This article describes a protocol for differentiating human embryonic stem cells into neural progenitor cells using specific inhibitors and growth factors. The process involves maintaining cells in an undifferentiated state before inducing neural differentiation.

Key Study Components

Area of Science

Neuroscience
Stem Cell Biology
Cell Differentiation

Background

Human embryonic stem cells can differentiate into various cell types.
Maintaining an undifferentiated state is crucial for successful differentiation.
Specific inhibitors can block pathways that lead to unwanted differentiation.
Neural progenitor cells are essential for studying neurodevelopment.

Purpose of Study

To establish a reliable method for generating neural progenitor cells from human embryonic stem cells.
To investigate the effects of Rho-kinase inhibitors and ALK receptor inhibitors on cell fate.
To provide a detailed protocol for researchers in the field.

Methods Used

Coating multi-well plates with a basement membrane matrix.
Seeding human embryonic stem cells in growth medium with Rho-kinase inhibitor.
Replacing growth medium with neural induction medium containing specific inhibitors.
Monitoring cell differentiation and confluence over a week.

Main Results

Successful maintenance of stem cells in an undifferentiated state.
Effective differentiation into ectodermal precursors and neural progenitor cells.
Demonstrated the role of inhibitors in blocking unwanted differentiation pathways.
Established a reproducible protocol for neural progenitor cell generation.

Conclusions

The method provides a robust approach for generating neural progenitor cells.
Inhibitors play a critical role in directing stem cell fate.
This protocol can be utilized for further research in neurodevelopment.

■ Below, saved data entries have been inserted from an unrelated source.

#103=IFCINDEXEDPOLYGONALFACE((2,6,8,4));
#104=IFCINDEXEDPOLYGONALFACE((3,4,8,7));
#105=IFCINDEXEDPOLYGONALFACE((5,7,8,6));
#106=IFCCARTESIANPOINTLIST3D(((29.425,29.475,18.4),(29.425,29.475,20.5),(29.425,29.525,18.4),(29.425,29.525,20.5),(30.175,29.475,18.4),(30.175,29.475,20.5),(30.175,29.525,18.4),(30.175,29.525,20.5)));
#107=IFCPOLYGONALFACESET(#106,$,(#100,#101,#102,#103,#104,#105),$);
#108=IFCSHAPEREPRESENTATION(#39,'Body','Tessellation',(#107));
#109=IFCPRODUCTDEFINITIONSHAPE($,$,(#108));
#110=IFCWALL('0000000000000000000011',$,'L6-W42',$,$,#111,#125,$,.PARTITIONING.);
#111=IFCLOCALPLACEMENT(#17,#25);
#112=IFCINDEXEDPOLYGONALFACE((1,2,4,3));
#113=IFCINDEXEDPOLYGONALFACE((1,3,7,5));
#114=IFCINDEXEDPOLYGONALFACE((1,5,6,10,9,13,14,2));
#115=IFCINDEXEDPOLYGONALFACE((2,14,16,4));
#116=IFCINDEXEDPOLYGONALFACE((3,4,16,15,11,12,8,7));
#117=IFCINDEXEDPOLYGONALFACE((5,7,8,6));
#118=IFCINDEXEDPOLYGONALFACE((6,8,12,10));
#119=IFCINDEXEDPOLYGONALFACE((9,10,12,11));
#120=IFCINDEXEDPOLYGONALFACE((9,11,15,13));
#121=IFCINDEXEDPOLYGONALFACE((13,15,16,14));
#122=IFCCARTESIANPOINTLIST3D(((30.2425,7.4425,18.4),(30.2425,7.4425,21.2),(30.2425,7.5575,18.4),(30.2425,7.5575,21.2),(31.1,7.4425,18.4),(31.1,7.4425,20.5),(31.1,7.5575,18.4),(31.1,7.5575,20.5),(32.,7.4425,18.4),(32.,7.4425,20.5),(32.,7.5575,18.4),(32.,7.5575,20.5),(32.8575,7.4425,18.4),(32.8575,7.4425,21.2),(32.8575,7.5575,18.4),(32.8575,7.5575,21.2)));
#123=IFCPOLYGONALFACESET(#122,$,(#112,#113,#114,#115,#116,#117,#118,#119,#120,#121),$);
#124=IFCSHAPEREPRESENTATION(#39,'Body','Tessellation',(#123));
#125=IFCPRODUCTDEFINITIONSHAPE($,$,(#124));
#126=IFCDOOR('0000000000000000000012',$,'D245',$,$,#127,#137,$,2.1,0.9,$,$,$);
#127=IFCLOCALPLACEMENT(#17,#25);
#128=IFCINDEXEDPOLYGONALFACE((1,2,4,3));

Frequently Asked Questions

What are the key inhibitors used in this protocol?

The protocol utilizes a Rho-kinase inhibitor, dorsomorphin, and SB431542 to guide differentiation.

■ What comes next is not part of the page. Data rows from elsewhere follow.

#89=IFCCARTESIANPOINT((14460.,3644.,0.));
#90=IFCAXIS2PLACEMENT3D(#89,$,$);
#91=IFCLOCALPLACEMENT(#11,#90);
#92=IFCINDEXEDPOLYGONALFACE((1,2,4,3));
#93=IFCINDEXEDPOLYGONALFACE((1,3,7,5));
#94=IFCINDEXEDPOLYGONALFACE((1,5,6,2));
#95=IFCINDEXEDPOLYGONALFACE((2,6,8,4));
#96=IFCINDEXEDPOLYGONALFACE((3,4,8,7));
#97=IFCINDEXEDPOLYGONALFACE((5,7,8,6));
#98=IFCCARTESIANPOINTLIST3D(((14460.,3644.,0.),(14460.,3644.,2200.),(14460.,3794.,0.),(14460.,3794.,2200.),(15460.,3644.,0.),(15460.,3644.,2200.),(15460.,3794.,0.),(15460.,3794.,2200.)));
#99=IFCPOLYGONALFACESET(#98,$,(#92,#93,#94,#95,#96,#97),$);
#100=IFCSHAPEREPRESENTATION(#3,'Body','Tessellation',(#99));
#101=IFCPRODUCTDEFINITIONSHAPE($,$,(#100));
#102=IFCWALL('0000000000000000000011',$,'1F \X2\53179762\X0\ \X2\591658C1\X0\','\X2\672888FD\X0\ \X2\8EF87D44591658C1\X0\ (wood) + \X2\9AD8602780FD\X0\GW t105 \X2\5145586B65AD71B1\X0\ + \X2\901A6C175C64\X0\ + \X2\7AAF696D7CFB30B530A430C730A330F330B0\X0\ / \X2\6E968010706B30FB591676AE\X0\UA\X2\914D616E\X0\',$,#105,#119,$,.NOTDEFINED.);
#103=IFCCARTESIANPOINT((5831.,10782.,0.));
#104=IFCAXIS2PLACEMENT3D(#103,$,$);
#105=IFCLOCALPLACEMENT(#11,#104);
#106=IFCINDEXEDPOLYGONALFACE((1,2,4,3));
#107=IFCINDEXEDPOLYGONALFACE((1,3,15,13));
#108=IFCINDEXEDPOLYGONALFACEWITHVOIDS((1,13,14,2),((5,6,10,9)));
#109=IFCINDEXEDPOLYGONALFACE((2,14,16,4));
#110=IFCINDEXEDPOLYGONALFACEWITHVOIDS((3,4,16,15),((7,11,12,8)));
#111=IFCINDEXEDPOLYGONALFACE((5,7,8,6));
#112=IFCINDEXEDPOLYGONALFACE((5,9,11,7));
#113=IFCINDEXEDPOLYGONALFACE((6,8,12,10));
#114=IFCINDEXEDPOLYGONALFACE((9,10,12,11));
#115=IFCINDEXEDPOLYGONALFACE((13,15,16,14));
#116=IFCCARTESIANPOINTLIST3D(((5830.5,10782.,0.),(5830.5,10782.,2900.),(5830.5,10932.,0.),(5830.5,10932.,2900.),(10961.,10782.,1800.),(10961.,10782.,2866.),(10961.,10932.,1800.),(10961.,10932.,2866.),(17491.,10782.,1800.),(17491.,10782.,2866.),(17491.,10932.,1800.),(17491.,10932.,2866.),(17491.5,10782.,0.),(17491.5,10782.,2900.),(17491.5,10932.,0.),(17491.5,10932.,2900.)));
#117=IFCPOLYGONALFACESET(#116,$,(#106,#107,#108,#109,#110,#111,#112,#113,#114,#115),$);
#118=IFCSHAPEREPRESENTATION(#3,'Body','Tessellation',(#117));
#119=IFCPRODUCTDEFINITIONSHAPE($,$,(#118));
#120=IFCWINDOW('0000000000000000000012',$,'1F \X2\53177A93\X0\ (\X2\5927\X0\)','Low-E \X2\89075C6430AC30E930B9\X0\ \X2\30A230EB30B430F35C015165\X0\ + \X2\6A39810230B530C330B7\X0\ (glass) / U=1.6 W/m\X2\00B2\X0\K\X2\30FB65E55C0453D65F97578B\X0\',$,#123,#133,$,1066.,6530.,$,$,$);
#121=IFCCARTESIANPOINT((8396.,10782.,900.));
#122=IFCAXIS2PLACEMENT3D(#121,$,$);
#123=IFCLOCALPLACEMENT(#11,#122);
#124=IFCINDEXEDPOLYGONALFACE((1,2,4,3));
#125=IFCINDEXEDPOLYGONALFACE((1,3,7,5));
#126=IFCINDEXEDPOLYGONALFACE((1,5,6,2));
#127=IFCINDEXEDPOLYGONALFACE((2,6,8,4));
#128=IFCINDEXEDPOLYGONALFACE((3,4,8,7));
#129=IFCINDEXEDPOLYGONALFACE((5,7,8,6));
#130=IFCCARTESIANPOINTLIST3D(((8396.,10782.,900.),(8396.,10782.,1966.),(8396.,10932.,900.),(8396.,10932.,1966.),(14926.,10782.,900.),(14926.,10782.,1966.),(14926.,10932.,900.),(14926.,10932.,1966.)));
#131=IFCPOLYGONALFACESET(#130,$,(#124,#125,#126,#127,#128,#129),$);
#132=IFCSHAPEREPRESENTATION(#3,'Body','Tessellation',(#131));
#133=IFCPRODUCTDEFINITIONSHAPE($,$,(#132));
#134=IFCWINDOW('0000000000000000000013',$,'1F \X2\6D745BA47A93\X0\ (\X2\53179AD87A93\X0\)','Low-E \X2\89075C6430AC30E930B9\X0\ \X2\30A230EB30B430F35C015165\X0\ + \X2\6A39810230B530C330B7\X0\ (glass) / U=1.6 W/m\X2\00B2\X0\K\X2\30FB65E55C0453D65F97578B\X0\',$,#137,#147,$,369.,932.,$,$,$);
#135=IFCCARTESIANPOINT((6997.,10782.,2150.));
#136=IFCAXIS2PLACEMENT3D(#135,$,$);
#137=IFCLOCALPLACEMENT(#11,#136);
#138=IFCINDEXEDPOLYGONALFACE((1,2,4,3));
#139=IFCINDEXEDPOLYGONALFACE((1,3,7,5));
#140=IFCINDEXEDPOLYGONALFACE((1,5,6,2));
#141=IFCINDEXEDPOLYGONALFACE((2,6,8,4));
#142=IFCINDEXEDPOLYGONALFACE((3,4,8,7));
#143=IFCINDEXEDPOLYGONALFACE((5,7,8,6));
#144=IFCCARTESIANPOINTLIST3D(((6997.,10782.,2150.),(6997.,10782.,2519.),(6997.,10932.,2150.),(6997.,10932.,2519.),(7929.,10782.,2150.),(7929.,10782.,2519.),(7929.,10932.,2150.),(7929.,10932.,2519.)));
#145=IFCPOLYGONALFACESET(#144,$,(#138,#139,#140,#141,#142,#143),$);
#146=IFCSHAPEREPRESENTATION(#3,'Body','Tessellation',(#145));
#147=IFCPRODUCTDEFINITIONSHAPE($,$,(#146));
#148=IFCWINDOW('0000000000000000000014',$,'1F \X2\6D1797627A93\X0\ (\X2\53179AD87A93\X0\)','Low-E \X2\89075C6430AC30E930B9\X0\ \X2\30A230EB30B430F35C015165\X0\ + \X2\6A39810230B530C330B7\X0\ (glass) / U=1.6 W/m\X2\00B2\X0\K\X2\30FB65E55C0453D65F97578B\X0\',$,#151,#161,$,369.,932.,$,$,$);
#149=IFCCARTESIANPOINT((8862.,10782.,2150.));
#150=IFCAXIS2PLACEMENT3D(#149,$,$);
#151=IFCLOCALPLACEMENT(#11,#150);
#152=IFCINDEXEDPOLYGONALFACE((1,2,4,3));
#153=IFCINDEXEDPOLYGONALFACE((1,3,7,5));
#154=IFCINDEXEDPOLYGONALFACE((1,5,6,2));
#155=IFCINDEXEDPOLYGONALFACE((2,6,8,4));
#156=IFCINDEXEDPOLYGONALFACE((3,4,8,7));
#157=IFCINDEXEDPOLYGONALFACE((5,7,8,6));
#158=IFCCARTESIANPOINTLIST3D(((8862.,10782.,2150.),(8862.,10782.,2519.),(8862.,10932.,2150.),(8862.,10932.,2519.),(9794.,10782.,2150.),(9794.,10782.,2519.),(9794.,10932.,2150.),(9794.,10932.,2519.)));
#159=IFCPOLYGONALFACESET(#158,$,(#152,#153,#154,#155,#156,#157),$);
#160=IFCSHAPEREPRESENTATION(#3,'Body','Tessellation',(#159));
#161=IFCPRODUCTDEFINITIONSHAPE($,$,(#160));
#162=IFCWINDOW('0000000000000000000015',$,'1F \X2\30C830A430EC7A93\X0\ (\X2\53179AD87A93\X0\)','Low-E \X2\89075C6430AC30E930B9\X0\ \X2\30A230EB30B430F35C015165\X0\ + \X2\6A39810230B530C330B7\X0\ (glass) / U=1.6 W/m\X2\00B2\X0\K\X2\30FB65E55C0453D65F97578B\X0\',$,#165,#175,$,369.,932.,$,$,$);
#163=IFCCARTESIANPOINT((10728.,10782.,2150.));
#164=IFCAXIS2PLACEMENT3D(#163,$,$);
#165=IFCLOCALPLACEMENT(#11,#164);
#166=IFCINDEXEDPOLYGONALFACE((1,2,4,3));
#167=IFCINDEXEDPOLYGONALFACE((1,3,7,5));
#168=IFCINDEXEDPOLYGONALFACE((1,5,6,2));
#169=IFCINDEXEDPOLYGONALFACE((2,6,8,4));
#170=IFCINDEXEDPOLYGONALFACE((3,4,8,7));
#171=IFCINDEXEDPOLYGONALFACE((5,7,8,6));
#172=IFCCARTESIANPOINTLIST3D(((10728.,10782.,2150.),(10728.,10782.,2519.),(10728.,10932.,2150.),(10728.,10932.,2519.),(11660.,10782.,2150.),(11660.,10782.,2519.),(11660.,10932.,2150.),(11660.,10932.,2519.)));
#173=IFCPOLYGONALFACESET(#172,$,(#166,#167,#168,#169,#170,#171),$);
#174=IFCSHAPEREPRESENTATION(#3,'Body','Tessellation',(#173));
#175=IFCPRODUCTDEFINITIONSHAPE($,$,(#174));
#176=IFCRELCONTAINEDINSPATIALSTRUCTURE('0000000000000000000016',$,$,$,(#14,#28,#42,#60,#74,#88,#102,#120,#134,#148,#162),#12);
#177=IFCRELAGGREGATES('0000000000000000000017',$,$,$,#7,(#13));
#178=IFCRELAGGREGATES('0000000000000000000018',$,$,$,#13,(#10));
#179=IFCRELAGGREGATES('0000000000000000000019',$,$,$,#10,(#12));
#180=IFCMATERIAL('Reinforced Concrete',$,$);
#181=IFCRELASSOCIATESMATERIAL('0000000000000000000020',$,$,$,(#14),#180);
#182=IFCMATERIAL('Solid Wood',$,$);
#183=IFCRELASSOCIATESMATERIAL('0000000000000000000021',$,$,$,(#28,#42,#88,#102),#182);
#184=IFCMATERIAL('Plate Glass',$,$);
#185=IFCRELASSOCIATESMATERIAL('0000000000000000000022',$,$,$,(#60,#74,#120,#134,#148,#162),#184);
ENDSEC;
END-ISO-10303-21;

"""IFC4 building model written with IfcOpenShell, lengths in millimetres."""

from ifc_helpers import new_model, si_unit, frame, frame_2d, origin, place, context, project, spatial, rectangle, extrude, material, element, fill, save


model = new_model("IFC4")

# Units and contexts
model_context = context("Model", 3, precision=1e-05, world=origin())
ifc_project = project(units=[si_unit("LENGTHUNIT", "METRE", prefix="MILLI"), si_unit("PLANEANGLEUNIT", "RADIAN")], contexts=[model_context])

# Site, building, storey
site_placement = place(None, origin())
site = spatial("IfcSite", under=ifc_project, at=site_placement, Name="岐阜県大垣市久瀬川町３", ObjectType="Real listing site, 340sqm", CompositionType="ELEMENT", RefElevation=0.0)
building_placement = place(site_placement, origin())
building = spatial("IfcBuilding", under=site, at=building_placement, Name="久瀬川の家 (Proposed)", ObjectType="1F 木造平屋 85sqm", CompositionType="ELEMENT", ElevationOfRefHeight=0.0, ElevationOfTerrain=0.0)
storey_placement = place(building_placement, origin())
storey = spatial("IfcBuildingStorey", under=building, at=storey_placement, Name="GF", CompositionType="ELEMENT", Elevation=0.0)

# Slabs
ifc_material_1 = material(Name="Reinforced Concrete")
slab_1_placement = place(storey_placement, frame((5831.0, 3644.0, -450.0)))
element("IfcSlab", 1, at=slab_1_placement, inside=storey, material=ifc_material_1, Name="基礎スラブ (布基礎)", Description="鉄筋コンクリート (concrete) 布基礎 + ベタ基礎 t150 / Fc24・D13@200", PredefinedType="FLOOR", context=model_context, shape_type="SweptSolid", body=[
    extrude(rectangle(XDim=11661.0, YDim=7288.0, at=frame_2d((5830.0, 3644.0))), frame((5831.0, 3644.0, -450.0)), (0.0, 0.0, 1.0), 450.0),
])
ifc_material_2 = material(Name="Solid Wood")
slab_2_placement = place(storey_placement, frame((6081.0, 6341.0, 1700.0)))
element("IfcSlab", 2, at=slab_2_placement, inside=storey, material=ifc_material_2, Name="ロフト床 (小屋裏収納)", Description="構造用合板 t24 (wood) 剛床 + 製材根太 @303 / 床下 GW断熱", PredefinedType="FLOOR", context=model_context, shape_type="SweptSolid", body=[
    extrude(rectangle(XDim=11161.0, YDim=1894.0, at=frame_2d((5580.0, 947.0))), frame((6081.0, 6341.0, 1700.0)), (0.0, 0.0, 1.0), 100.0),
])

How long does the differentiation process take?

The differentiation process is monitored over a week, with confluence typically reached by day seven.

What is the significance of maintaining an undifferentiated state?

Maintaining an undifferentiated state is crucial for ensuring the stem cells can be effectively differentiated into desired cell types.

Can this method be applied to other types of stem cells?

While this protocol is specific to human embryonic stem cells, similar methods may be adapted for other stem cell types.

What applications do neural progenitor cells have?

Neural progenitor cells are important for studying neurodevelopment, disease modeling, and potential therapeutic applications.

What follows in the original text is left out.